> **Problem requirements**
From top to bottom, each entry below must be reproduced exactly.
★ ★ ★ ★
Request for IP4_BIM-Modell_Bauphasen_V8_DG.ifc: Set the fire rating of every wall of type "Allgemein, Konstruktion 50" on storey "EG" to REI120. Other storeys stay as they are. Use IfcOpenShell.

First a look at what the model holds.

```python
import ifcopenshell
import ifcopenshell.util.element

model = ifcopenshell.open("IP4_BIM-Modell_Bauphasen_V8_DG.ifc")
print(model.schema)
storey = next(s for s in model.by_type("IfcBuildingStorey") if s.Name == "EG")
walls = [e for e in ifcopenshell.util.element.get_decomposition(storey) if e.is_a("IfcWall")]
seen = {}
for e in walls:
    element_type = ifcopenshell.util.element.get_type(e)
    key = (element_type.Name if element_type != e and element_type else None, ifcopenshell.util.element.get_pset(e, "Pset_WallCommon", "FireRating"))
    seen[key] = seen.get(key, 0) + 1
for (name, value), count in sorted(seen.items(), key=str):
    print(count, "x", name, "|", value)
```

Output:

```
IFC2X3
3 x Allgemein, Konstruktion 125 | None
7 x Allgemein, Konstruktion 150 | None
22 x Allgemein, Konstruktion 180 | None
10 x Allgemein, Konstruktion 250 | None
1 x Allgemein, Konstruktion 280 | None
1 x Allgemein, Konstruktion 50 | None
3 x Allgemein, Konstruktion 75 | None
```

```python
import ifcopenshell
import ifcopenshell.api.pset
import ifcopenshell.util.element

model = ifcopenshell.open("IP4_BIM-Modell_Bauphasen_V8_DG.ifc")

storey = next(s for s in model.by_type("IfcBuildingStorey") if s.Name == "EG")
walls = [e for e in ifcopenshell.util.element.get_decomposition(storey) if e.is_a("IfcWall")]

count = 0
for e in walls:
    element_type = ifcopenshell.util.element.get_type(e)
    if element_type in (None, e) or element_type.Name != "Allgemein, Konstruktion 50":
        continue
    # add_pset returns the element's existing set when there is one.
    pset = ifcopenshell.api.pset.add_pset(model, product=e, name="Pset_WallCommon")
    ifcopenshell.api.pset.edit_pset(model, pset=pset, properties={"FireRating": "REI120"})
    count += 1

print(count, "walls updated")

model.write("IP4_BIM-Modell_Bauphasen_V8_DG_v2.ifc")
```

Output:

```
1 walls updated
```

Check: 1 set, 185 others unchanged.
★ ★ ★ ★
> **Exercise solution**
Request for IP4_BIM-Modell_Bauphasen_V8_DG.ifc: Set the fire rating of every wall of type "Allgemein, Konstruktion 50" on storey "EG" to REI120. Other storeys stay as they are. Use IfcOpenShell.

First a look at what the model holds.

```python
import ifcopenshell
import ifcopenshell.util.element

model = ifcopenshell.open("IP4_BIM-Modell_Bauphasen_V8_DG.ifc")
print(model.schema)
storey = next(s for s in model.by_type("IfcBuildingStorey") if s.Name == "EG")
walls = [e for e in ifcopenshell.util.element.get_decomposition(storey) if e.is_a("IfcWall")]
seen = {}
for e in walls:
    element_type = ifcopenshell.util.element.get_type(e)
    key = (element_type.Name if element_type != e and element_type else None, ifcopenshell.util.element.get_pset(e, "Pset_WallCommon", "FireRating"))
    seen[key] = seen.get(key, 0) + 1
for (name, value), count in sorted(seen.items(), key=str):
    print(count, "x", name, "|", value)
```

Output:

```
IFC2X3
3 x Allgemein, Konstruktion 125 | None
7 x Allgemein, Konstruktion 150 | None
22 x Allgemein, Konstruktion 180 | None
10 x Allgemein, Konstruktion 250 | None
1 x Allgemein, Konstruktion 280 | None
1 x Allgemein, Konstruktion 50 | None
3 x Allgemein, Konstruktion 75 | None
```

```python
import ifcopenshell
import ifcopenshell.api.pset
import ifcopenshell.util.element

model = ifcopenshell.open("IP4_BIM-Modell_Bauphasen_V8_DG.ifc")

storey = next(s for s in model.by_type("IfcBuildingStorey") if s.Name == "EG")
walls = [e for e in ifcopenshell.util.element.get_decomposition(storey) if e.is_a("IfcWall")]

count = 0
for e in walls:
    element_type = ifcopenshell.util.element.get_type(e)
    if element_type in (None, e) or element_type.Name != "Allgemein, Konstruktion 50":
        continue
    # add_pset returns the element's existing set when there is one.
    pset = ifcopenshell.api.pset.add_pset(model, product=e, name="Pset_WallCommon")
    ifcopenshell.api.pset.edit_pset(model, pset=pset, properties={"FireRating": "REI120"})
    count += 1

print(count, "walls updated")

model.write("IP4_BIM-Modell_Bauphasen_V8_DG_v2.ifc")
```

Output:

```
1 walls updated
```

Check: 1 set, 185 others unchanged.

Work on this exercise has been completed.